/---
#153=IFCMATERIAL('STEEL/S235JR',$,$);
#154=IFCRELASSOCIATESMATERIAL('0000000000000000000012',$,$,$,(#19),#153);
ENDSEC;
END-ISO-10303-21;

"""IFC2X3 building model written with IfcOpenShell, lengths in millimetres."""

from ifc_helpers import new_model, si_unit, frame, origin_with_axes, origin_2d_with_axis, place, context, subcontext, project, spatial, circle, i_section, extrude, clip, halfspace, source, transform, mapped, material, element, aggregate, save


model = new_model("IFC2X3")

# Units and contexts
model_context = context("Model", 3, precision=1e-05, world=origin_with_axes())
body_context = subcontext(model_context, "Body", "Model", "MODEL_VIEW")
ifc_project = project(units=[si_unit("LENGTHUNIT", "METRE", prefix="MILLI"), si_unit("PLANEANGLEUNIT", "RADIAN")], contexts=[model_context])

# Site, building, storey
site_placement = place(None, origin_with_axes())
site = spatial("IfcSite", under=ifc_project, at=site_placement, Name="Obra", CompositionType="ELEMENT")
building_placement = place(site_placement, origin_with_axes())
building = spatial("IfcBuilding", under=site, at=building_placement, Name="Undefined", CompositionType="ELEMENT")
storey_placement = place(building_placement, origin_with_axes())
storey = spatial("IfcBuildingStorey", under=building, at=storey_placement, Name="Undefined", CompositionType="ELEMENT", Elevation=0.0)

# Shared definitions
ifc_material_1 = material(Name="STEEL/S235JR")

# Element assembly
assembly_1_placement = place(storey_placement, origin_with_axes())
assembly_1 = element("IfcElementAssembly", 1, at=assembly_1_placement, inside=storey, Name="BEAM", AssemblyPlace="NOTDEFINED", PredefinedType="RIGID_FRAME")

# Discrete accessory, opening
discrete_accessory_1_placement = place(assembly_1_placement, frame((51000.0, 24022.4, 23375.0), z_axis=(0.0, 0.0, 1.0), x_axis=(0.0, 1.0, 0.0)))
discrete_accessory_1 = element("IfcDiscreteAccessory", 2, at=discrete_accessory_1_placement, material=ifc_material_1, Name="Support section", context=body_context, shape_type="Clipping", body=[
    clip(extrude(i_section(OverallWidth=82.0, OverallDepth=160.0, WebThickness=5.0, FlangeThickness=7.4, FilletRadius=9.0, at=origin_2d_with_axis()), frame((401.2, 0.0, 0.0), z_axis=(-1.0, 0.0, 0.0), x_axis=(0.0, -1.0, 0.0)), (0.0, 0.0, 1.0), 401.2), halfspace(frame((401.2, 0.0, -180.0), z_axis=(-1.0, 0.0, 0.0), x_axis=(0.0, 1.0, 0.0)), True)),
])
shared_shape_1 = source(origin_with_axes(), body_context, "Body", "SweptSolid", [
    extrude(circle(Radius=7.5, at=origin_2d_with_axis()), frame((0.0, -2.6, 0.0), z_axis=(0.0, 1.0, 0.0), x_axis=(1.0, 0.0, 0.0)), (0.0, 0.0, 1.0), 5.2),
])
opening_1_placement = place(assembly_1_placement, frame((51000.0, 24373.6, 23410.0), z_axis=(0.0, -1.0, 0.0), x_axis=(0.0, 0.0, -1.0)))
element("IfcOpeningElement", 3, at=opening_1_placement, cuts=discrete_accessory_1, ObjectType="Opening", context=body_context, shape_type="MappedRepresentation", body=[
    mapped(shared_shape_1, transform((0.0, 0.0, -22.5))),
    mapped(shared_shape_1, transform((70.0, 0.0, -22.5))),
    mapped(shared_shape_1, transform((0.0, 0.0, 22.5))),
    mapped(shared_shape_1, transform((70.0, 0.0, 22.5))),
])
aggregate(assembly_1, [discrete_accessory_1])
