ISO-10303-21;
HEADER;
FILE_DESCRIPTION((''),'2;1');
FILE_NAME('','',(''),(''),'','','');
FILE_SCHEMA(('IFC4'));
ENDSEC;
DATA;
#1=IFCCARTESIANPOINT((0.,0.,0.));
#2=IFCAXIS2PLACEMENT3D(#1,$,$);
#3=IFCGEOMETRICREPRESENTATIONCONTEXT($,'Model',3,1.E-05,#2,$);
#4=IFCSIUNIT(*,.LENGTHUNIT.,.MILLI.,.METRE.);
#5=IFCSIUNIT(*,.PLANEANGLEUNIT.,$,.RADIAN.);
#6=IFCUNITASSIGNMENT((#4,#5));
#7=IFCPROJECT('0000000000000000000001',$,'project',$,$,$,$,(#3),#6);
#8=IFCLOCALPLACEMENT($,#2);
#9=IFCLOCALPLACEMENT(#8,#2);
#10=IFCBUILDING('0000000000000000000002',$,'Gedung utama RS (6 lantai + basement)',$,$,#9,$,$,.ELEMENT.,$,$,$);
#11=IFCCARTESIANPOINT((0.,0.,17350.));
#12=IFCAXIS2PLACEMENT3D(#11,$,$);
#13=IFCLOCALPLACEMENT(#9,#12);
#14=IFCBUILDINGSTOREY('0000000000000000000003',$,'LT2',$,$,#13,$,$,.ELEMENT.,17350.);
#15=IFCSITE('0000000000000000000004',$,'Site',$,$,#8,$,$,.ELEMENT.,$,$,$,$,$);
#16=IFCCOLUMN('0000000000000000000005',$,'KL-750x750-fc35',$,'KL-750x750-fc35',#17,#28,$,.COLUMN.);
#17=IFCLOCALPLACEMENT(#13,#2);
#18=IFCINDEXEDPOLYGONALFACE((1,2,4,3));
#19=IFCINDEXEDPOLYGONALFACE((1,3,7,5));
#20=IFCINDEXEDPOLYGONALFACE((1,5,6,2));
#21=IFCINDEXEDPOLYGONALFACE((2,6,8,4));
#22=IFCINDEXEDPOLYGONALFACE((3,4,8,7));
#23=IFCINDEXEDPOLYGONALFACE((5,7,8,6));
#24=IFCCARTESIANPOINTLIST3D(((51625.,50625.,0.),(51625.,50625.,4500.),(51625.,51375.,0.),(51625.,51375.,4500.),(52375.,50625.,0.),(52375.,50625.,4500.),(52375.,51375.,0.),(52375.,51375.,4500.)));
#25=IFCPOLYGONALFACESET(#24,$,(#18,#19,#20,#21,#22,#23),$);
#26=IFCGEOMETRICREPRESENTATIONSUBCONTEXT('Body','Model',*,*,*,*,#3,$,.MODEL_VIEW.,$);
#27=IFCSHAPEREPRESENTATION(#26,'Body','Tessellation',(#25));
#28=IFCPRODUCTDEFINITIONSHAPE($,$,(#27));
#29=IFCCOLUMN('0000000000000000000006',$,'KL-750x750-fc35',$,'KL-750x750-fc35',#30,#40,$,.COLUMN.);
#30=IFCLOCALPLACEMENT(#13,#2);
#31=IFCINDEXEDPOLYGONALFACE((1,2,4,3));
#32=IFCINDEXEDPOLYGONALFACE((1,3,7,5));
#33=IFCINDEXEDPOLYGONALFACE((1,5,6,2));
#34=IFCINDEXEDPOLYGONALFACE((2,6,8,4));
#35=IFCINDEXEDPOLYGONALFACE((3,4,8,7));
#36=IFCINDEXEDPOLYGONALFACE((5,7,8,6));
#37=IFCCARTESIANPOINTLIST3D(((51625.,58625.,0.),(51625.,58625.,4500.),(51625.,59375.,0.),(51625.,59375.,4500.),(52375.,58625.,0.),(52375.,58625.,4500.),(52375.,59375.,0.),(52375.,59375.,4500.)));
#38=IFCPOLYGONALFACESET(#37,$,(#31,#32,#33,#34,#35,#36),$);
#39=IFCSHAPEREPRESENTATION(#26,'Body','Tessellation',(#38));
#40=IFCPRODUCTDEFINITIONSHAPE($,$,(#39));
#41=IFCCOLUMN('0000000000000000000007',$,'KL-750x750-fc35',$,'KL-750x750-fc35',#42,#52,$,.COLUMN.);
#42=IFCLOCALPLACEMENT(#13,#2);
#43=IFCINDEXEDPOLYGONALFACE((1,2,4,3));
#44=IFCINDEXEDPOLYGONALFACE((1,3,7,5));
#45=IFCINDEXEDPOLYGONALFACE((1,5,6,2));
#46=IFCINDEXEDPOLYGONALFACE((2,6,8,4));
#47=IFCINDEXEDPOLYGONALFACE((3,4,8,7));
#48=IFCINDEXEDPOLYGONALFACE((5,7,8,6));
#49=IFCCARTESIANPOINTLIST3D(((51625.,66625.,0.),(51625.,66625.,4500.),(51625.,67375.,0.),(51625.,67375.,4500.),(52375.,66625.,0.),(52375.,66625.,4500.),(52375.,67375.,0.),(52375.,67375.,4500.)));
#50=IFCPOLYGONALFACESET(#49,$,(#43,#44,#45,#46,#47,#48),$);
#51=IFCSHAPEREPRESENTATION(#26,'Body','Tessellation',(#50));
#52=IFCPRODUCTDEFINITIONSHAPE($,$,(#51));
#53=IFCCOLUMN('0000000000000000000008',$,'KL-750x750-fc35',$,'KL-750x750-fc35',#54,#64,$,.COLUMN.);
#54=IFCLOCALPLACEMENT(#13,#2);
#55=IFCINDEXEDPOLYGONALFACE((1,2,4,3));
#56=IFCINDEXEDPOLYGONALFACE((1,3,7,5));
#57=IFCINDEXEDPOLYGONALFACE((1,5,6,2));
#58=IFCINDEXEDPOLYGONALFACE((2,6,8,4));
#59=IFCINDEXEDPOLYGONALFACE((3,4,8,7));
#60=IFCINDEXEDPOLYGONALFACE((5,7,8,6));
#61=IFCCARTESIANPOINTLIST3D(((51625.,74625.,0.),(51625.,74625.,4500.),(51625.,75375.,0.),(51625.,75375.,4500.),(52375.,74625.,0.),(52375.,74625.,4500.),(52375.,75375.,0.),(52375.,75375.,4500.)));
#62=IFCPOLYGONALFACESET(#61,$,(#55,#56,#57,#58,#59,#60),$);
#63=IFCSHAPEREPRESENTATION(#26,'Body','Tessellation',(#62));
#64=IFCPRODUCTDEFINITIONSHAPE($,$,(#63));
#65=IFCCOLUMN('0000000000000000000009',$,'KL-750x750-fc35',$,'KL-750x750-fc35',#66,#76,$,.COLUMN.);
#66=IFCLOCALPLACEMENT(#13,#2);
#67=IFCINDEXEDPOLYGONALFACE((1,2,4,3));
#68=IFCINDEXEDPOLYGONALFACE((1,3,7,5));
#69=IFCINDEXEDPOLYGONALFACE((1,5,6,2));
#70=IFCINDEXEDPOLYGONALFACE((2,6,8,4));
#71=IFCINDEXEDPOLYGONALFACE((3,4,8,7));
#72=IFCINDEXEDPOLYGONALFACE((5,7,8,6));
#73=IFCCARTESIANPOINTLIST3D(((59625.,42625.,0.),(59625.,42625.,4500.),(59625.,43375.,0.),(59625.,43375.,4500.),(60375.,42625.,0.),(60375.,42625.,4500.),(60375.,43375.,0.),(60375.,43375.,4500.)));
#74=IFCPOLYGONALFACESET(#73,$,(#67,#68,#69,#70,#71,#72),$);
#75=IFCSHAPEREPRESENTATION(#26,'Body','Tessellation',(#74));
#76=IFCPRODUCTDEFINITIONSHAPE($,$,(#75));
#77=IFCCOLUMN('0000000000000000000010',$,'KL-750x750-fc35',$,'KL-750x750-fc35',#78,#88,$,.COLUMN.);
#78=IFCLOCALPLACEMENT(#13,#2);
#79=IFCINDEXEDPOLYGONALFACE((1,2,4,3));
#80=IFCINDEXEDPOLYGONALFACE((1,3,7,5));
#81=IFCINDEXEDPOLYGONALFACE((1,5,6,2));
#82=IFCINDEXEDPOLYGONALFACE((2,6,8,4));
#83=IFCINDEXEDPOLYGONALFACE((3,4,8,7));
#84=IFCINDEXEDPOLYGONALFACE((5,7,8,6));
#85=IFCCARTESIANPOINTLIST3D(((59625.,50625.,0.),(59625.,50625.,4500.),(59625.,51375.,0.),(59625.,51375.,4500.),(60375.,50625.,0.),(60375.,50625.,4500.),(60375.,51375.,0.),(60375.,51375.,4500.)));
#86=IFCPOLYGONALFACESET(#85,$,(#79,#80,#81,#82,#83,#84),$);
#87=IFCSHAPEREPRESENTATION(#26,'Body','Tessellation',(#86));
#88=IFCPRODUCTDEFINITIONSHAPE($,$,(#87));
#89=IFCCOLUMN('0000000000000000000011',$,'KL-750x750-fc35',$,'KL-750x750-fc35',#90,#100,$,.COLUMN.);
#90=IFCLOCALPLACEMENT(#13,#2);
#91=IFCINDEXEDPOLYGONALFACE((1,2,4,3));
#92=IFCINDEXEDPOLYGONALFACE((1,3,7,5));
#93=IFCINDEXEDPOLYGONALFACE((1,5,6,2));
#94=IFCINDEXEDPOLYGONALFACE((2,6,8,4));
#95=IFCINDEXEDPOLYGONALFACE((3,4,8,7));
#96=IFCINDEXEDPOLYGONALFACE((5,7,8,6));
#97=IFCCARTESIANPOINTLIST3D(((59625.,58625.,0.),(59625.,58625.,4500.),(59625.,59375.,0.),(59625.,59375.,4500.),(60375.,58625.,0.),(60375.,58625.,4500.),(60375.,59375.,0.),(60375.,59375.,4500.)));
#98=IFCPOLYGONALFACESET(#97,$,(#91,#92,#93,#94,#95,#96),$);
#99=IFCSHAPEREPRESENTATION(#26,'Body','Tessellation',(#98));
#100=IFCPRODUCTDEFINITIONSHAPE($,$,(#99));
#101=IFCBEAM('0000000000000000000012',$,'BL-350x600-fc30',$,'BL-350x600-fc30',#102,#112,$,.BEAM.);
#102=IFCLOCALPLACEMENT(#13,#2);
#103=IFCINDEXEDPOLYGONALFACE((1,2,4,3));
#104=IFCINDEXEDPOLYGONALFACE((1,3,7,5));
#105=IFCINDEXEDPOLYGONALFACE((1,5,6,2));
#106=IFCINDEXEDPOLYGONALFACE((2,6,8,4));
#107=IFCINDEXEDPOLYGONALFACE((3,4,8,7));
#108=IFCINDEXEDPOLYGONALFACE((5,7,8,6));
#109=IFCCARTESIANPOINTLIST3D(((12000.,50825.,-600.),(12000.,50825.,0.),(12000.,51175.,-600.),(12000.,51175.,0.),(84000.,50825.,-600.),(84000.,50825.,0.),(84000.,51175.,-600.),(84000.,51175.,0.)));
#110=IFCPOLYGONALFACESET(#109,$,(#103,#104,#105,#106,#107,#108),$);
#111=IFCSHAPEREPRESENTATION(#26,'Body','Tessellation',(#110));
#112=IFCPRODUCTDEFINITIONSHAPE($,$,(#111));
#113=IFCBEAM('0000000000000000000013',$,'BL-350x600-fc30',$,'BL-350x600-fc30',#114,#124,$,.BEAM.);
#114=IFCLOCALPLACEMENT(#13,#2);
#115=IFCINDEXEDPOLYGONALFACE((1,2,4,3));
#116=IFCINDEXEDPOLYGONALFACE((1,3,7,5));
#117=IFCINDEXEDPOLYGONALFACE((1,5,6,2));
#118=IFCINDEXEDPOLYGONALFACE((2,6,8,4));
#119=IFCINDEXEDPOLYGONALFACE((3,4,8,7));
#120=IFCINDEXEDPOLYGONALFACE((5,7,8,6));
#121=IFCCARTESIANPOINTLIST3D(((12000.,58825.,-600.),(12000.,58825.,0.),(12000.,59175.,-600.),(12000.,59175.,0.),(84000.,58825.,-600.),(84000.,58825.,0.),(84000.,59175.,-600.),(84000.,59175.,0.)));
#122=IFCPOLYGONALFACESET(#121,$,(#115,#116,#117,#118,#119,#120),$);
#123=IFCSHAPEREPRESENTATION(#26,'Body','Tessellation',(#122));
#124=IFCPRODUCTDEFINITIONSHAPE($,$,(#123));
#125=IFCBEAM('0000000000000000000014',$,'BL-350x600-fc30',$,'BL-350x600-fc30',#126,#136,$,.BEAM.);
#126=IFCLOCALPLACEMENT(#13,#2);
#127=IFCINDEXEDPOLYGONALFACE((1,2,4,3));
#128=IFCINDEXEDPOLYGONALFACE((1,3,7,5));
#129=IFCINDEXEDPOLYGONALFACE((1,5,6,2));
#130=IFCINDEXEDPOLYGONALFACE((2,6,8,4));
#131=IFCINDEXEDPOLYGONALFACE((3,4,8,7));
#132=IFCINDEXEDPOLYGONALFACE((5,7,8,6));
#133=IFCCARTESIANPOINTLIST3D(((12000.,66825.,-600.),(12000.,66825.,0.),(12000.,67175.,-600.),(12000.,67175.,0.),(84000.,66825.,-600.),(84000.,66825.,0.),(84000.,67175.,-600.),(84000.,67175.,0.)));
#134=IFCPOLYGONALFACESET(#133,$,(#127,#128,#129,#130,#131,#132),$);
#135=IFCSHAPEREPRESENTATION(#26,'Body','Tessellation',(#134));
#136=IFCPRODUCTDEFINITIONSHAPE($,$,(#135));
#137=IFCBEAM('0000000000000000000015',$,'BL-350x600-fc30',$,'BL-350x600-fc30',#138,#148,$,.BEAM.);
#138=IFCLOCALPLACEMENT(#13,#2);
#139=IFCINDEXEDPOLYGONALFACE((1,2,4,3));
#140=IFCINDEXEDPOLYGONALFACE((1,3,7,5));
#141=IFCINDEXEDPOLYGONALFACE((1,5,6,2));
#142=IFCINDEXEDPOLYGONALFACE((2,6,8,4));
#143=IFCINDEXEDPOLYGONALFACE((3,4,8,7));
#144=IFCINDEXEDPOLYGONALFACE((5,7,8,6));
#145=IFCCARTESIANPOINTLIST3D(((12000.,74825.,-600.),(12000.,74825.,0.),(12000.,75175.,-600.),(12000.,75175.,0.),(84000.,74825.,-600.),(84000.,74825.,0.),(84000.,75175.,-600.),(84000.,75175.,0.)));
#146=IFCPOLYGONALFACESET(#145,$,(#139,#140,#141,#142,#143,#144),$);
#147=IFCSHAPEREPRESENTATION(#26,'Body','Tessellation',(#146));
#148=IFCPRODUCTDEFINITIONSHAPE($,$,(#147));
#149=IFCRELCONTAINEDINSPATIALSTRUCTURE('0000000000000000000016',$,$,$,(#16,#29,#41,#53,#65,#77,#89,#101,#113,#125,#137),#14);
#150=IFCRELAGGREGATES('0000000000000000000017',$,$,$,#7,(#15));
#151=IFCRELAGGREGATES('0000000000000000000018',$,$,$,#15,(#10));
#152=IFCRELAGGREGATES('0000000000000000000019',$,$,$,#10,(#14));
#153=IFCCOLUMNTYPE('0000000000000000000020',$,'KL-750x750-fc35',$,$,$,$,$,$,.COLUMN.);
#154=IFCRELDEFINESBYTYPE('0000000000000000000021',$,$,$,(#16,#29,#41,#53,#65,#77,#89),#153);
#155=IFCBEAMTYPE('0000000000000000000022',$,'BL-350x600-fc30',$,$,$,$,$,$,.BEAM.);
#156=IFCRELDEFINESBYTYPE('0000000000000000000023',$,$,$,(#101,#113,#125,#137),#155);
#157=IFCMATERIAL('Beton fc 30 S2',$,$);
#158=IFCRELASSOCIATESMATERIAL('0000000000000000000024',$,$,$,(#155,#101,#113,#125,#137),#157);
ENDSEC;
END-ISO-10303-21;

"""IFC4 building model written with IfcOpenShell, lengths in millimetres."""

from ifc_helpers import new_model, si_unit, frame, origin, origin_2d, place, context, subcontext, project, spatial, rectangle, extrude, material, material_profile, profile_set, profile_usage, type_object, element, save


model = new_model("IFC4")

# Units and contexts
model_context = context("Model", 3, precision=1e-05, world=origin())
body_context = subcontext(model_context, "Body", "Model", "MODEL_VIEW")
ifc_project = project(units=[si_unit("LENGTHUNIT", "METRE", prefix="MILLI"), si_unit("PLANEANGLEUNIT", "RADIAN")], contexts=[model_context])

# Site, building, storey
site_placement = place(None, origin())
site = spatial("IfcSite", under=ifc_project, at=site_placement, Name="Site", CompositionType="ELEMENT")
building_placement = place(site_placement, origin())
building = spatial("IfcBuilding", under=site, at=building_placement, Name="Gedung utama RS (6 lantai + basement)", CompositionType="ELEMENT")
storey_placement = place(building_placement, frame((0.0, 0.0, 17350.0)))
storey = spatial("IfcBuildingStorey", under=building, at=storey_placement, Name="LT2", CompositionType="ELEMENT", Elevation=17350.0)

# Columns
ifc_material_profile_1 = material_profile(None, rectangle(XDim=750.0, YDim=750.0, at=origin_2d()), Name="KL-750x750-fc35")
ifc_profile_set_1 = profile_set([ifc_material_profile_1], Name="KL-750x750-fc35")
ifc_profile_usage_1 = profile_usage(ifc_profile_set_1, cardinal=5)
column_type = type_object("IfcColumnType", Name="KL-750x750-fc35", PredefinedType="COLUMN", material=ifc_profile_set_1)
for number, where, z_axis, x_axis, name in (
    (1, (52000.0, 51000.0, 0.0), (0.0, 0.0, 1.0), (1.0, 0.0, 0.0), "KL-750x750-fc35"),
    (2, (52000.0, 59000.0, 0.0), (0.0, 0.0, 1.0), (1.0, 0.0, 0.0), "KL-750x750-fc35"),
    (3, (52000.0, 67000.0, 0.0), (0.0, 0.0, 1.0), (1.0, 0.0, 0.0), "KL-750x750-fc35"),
\---
- TASK BRIEF -
Begin at the line above that has "#27=IFCSHAPEREPRESENTATION(#26,'Body','Tessellation',(#25));" and stop after the line that has "#31=IFCINDEXEDPOLYGONALFACE((1,2,4,3));", copying each line exactly and adding nothing else.

- ANSWER BELOW -
#27=IFCSHAPEREPRESENTATION(#26,'Body','Tessellation',(#25));
#28=IFCPRODUCTDEFINITIONSHAPE($,$,(#27));
#29=IFCCOLUMN('0000000000000000000006',$,'KL-750x750-fc35',$,'KL-750x750-fc35',#30,#40,$,.COLUMN.);
#30=IFCLOCALPLACEMENT(#13,#2);
#31=IFCINDEXEDPOLYGONALFACE((1,2,4,3));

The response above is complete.